This high degree of similarity between homeologues created a high risk of assembling chimeric sequences, where one part of the sequence derives from one copy while another part derives from the other copy. Furthermore we wished to avoid assigning contigs for different homeologous copies to the wrong copy. For this reason we only evaluated contigs that were assembled to be longer than 55% of the reference gene to which they were annotated. This minimal length ensured a minimum of 5% overlap between Pachycladon homeologues. If this overlap was at least 200 bps it could reliably be used to distinguish copies.

Interestingly, only 35% (5,684) of the genes that were unambiguously identified were present in both libraries. Among these, both copies were present for 547 genes, while for 4,590 genes only one copy was identified in both species. For 65% (7,600 and 3,206) of the assembled sequences no counterpart was found in the respective other library although for a surprisingly high number of genes (1,122) the respective second copy was found in either one of the two libraries. This relatively small percentage of overlap between the assembled libraries and greater number of sequences in the P. fastigiatum transcriptome might have resulted for different reasons. First the number of reads obtained from the P. fastigiatum transcriptome was almost three times as high as the number of reads from the P. cheesemanii transcriptome, making it more likely that more genes with a very low expression level would be assembled for P. fastigiatum. The availability of the paired-end data for P. fastigiatum also helped to assemble genes where the length of an identical region exceeded 63 bp. This was the case even though these data had low quality than the single-end data and therefore were significantly shortened during the trimming process. Sequences only found in the P. cheesemanii dataset (3,206) on the other hand has different reasons. Lower expression levels or the lack of expression in P. fastigiatum lead to several small contigs as the coverage in some regions is not high enough to combine them. The use of the respective other homeologous copy in the other species is another reason, while for some genes higher expression levels in P. fastigiatum result in fragmented assemblies because of the introduction of sequencing errors. Mappings of the P. cheesemanii reads against the P. cheesemanii contigs did not reveal any substantial SNPs that might stem from the three different biological replicates used. Nonetheless it is still possible that for some genes in P. cheesemanii and P. fastigiatum alike the assembly would also be complicated because of SNPs between the different accessions.

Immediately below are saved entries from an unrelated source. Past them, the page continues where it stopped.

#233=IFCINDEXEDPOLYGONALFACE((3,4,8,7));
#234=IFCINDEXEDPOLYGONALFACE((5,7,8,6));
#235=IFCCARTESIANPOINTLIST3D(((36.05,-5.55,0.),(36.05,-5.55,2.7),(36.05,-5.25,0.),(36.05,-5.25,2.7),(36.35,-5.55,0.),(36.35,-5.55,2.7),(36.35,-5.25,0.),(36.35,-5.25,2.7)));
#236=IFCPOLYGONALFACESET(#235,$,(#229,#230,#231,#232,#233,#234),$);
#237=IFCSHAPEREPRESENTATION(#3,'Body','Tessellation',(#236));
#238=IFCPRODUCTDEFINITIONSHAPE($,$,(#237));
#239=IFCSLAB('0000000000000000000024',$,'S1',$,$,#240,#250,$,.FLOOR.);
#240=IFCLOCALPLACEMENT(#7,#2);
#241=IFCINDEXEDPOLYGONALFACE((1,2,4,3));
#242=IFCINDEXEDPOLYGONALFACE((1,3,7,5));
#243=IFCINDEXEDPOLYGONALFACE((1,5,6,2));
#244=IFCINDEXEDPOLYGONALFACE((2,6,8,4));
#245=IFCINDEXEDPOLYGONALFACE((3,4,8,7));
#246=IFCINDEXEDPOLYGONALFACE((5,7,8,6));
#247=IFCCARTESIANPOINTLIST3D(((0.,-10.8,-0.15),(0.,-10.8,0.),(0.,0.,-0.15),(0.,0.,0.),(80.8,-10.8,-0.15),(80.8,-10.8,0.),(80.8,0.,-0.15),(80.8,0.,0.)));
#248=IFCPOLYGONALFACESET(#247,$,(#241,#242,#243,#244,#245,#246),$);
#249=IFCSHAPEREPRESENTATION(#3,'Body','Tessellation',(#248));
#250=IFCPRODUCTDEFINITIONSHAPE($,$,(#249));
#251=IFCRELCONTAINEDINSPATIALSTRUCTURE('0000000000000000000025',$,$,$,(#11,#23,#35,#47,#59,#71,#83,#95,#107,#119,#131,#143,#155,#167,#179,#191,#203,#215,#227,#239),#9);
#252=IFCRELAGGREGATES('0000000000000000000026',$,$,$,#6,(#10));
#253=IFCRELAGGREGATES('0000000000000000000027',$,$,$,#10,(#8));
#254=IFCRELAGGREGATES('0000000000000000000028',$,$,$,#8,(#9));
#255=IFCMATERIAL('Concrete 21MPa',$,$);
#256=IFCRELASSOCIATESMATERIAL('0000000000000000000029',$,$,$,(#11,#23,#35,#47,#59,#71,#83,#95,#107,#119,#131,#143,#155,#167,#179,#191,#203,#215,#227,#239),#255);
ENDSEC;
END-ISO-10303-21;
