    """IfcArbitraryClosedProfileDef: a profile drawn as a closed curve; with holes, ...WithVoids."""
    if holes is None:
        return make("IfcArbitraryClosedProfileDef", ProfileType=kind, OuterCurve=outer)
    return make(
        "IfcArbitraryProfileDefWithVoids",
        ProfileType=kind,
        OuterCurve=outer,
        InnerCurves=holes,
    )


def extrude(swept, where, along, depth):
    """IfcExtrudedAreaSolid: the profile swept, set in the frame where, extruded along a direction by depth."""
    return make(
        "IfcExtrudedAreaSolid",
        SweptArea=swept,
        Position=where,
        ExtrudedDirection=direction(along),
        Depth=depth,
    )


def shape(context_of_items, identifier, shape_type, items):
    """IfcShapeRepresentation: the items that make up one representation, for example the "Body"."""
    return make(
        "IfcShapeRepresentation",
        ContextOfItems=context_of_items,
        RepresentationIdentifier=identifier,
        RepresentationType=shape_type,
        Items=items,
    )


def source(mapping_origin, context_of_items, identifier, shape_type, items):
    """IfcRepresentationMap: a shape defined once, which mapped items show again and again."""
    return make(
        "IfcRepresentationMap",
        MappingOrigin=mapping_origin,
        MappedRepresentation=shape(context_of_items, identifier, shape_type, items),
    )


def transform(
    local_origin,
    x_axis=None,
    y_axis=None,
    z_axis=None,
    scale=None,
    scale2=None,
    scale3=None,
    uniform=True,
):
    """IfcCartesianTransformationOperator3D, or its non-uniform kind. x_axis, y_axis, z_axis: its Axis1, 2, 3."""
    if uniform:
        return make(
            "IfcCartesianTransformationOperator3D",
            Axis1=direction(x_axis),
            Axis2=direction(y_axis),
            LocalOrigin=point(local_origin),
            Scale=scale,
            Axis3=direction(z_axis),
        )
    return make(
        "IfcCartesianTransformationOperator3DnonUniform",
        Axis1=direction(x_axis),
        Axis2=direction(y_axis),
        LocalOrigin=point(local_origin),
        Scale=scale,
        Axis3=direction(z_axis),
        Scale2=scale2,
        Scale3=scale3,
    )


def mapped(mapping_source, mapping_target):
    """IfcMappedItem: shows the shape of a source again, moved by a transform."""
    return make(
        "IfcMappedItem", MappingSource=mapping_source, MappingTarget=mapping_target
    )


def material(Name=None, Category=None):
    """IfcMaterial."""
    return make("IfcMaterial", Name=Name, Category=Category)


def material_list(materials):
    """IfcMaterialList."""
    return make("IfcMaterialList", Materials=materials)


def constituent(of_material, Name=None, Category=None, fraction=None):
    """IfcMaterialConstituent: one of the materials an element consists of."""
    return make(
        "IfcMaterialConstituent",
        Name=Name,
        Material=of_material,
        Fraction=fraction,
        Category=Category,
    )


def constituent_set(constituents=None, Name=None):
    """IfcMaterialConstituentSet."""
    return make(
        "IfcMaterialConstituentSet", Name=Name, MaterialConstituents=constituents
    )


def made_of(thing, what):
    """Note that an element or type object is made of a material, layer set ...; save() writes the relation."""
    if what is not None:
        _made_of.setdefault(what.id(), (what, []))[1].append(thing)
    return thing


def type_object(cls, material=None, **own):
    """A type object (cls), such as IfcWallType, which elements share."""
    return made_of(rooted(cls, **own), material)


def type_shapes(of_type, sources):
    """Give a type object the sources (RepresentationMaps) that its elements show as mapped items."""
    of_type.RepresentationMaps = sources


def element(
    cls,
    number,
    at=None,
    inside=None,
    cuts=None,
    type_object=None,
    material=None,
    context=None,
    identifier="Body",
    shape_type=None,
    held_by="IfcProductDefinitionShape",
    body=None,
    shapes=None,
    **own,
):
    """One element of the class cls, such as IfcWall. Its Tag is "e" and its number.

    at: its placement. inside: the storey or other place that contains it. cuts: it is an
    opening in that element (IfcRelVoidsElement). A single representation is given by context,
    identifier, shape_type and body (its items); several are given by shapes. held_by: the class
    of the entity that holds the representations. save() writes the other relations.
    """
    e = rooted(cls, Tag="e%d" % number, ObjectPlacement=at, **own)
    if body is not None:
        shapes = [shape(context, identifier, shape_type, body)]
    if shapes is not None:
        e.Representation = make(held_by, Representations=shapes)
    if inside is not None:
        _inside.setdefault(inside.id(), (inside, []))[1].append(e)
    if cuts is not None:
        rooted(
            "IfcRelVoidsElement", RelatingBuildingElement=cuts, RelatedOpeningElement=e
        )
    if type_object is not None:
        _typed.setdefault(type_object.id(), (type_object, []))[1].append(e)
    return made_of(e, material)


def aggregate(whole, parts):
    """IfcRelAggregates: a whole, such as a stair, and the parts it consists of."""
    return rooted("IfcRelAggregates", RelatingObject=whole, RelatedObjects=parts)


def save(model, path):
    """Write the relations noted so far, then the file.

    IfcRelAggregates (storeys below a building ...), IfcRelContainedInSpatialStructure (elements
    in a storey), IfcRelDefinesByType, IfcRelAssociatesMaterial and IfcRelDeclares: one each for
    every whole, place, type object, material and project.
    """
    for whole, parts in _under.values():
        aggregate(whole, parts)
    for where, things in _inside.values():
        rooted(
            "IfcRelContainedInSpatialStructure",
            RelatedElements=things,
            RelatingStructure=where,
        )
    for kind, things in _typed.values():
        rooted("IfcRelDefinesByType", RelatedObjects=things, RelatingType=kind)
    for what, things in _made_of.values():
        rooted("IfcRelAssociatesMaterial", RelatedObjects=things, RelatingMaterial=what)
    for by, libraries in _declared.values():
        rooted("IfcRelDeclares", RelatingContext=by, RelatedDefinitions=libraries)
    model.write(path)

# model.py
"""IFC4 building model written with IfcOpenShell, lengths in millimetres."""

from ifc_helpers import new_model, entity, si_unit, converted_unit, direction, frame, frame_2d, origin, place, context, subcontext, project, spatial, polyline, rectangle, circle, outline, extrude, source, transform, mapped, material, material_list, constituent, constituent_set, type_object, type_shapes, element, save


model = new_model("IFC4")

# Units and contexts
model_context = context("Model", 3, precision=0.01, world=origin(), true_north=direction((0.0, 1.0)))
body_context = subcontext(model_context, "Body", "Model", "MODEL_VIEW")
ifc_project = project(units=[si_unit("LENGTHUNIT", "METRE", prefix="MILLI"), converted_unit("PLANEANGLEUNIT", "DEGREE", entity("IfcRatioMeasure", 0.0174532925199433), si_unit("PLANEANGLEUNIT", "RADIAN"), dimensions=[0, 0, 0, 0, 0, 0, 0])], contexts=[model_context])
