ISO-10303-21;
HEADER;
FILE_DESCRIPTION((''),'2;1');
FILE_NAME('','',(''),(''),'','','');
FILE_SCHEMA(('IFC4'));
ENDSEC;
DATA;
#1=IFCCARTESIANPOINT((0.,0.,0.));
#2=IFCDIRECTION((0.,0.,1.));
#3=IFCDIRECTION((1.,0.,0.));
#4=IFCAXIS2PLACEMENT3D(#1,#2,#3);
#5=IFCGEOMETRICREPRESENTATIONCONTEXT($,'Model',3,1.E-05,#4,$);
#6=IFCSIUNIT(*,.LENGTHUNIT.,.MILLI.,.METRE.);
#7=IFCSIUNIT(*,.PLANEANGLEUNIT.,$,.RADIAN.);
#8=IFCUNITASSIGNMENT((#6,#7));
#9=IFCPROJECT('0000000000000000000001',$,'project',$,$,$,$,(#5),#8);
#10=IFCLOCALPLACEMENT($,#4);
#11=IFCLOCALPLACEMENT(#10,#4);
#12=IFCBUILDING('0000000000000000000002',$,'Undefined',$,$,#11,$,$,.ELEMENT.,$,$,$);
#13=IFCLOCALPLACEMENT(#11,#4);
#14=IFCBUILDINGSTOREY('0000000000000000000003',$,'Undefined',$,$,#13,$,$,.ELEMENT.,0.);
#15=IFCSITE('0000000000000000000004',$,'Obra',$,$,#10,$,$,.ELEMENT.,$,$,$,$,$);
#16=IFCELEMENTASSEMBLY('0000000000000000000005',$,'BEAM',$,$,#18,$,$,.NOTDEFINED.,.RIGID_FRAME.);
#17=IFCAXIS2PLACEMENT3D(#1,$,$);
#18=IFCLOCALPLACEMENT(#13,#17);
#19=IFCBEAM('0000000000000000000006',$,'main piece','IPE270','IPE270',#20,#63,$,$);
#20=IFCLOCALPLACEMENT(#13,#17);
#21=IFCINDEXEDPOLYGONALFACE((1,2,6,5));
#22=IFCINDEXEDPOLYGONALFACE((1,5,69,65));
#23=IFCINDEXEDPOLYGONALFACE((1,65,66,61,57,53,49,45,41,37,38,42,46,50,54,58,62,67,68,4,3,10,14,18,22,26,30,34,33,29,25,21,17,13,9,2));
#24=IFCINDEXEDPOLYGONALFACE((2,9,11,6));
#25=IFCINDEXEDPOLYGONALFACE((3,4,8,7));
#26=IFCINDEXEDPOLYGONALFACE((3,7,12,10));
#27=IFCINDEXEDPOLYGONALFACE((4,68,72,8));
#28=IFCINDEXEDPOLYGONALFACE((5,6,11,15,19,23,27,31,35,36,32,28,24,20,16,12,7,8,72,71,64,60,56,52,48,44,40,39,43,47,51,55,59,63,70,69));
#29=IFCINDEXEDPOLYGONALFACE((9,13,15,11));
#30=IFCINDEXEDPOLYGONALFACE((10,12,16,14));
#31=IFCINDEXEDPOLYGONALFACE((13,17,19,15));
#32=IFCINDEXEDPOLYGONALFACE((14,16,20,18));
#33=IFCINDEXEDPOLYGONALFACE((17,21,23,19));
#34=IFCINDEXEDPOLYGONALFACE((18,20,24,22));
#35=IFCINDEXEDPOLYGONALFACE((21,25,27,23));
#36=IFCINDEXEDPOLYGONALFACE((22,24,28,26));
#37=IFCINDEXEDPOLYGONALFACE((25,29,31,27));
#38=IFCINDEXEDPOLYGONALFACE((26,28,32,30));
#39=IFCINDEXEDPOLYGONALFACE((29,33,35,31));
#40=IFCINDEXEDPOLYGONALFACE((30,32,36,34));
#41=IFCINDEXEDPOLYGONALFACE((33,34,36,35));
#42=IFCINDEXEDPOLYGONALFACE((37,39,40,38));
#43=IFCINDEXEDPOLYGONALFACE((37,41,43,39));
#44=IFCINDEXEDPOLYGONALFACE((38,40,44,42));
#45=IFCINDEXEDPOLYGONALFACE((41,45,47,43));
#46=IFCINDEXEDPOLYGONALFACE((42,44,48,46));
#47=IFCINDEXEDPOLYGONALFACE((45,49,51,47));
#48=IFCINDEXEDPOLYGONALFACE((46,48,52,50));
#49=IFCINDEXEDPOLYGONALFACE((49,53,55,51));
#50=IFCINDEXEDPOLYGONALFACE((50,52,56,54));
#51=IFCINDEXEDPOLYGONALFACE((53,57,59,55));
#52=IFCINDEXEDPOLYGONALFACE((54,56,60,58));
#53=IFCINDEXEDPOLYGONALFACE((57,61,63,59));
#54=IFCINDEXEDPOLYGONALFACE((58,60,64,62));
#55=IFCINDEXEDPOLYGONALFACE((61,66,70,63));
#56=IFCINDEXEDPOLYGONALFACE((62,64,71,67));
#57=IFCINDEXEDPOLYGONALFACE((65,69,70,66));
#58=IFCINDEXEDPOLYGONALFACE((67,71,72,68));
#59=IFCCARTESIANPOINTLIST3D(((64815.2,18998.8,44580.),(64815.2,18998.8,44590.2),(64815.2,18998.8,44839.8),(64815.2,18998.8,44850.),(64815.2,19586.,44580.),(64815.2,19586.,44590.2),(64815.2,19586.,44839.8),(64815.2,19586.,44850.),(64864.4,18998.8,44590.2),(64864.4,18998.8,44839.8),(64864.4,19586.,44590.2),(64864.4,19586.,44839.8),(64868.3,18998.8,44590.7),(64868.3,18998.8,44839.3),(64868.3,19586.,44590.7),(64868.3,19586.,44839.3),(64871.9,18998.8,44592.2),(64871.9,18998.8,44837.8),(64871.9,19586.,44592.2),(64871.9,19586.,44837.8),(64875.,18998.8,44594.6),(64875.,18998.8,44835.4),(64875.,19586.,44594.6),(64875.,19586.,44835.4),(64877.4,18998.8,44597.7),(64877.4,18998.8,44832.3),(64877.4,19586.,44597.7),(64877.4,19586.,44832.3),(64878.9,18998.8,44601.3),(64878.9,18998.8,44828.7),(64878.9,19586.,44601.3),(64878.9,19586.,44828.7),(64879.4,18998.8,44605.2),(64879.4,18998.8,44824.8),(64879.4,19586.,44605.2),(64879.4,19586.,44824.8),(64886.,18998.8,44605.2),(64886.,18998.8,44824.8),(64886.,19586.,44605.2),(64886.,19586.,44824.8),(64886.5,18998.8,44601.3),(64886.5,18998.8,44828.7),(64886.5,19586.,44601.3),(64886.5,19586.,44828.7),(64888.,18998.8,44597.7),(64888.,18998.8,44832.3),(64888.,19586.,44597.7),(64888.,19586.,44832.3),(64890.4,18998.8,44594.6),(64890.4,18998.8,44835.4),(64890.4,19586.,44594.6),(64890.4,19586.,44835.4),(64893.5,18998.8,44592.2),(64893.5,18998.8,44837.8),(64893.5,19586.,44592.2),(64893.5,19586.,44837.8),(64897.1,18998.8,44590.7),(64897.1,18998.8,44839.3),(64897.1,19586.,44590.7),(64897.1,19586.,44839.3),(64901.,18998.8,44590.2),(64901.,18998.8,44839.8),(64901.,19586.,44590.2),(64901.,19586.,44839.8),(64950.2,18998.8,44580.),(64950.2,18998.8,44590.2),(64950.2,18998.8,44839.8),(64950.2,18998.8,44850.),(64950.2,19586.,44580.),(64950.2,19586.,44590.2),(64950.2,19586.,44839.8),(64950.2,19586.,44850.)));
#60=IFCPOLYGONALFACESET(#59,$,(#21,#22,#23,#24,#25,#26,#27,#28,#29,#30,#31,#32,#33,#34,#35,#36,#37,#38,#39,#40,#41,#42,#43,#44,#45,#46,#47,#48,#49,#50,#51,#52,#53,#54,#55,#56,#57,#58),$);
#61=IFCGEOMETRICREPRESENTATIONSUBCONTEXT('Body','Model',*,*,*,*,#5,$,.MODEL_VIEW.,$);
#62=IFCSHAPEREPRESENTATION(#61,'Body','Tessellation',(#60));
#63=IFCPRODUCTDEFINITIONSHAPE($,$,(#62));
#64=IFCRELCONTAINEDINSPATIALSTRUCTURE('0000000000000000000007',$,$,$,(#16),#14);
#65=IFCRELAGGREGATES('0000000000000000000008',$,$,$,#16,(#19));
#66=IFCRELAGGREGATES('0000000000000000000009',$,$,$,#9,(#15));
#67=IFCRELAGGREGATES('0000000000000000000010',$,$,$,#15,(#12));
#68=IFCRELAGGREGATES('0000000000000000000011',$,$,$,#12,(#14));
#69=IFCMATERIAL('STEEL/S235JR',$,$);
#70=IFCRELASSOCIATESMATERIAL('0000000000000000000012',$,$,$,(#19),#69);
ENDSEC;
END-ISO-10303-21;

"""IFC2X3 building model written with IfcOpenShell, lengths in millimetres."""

from ifc_helpers import new_model, si_unit, frame, origin_with_axes, origin_2d_with_axis, place, context, subcontext, project, spatial, i_section, extrude, material, element, aggregate, save


model = new_model("IFC2X3")

# Units and contexts
model_context = context("Model", 3, precision=1e-05, world=origin_with_axes())
body_context = subcontext(model_context, "Body", "Model", "MODEL_VIEW")
ifc_project = project(units=[si_unit("LENGTHUNIT", "METRE", prefix="MILLI"), si_unit("PLANEANGLEUNIT", "RADIAN")], contexts=[model_context])

# Site, building, storey
site_placement = place(None, origin_with_axes())
site = spatial("IfcSite", under=ifc_project, at=site_placement, Name="Obra", CompositionType="ELEMENT")
building_placement = place(site_placement, origin_with_axes())
building = spatial("IfcBuilding", under=site, at=building_placement, Name="Undefined", CompositionType="ELEMENT")
storey_placement = place(building_placement, origin_with_axes())
storey = spatial("IfcBuildingStorey", under=building, at=storey_placement, Name="Undefined", CompositionType="ELEMENT", Elevation=0.0)

# Shared definitions
ifc_material_1 = material(Name="STEEL/S235JR")

# Element assembly, beam
assembly_1_placement = place(storey_placement, origin_with_axes())
assembly_1 = element("IfcElementAssembly", 1, at=assembly_1_placement, inside=storey, Name="BEAM", AssemblyPlace="NOTDEFINED", PredefinedType="RIGID_FRAME")
beam_1_placement = place(assembly_1_placement, frame((64882.7, 18998.8, 44715.0), z_axis=(0.0, 0.0, 1.0), x_axis=(-0.000002, 1.0, 0.0)))
beam_1 = element("IfcBeam", 2, at=beam_1_placement, material=ifc_material_1, Name="main piece", Description="IPE270", ObjectType="IPE270", context=body_context, shape_type="SweptSolid", body=[
    extrude(i_section(OverallWidth=135.0, OverallDepth=270.0, WebThickness=6.6, FlangeThickness=10.2, FilletRadius=15.0, at=origin_2d_with_axis()), frame((587.2, 0.0, 0.0), z_axis=(-1.0, 0.0, 0.0), x_axis=(0.0, -1.0, 0.0)), (0.0, 0.0, 1.0), 587.2),
])
aggregate(assembly_1, [beam_1])

save(model, "model.ifc")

The comparison of homeologous pairs found in both species with their homologues in A. lyrata and A. thaliana confirms the recent finding that both parental species have arisen from the Arabidopsis lineage [44]. Since both parental genomes have similar divergence estimates from both Arabidopsis species, the presence for example of the duplicated gene of the MVP1 in the A. lyrata and Pachycladon genomes does nevertheless hint at a higher similarity in gene content to A. lyrata. This suggestion was also supported in evaluations of the best BLAST hit for each contig. Almost twice as many contigs had a gene from A. lyrata as a best BLAST hit compared to the number of best BLAST hits to A. thaliana. The recent finding that the parental species of the genus Pachycladon both stem from the Arabidopsis lineage [44] instead of one parent stemming from the Arabidopsis and one from the Brassica lineage [23] also received support from the observation of a relatively low number of contigs having best hits to Brassica species. The number of contigs found with a best BLAST hit outside of the Brassicaceae lineage strengthen the argument that one reference transcriptome might not be sufficient to fully annotate a newly assembled transcriptome where there might occur genes that are no longer present in the reference species.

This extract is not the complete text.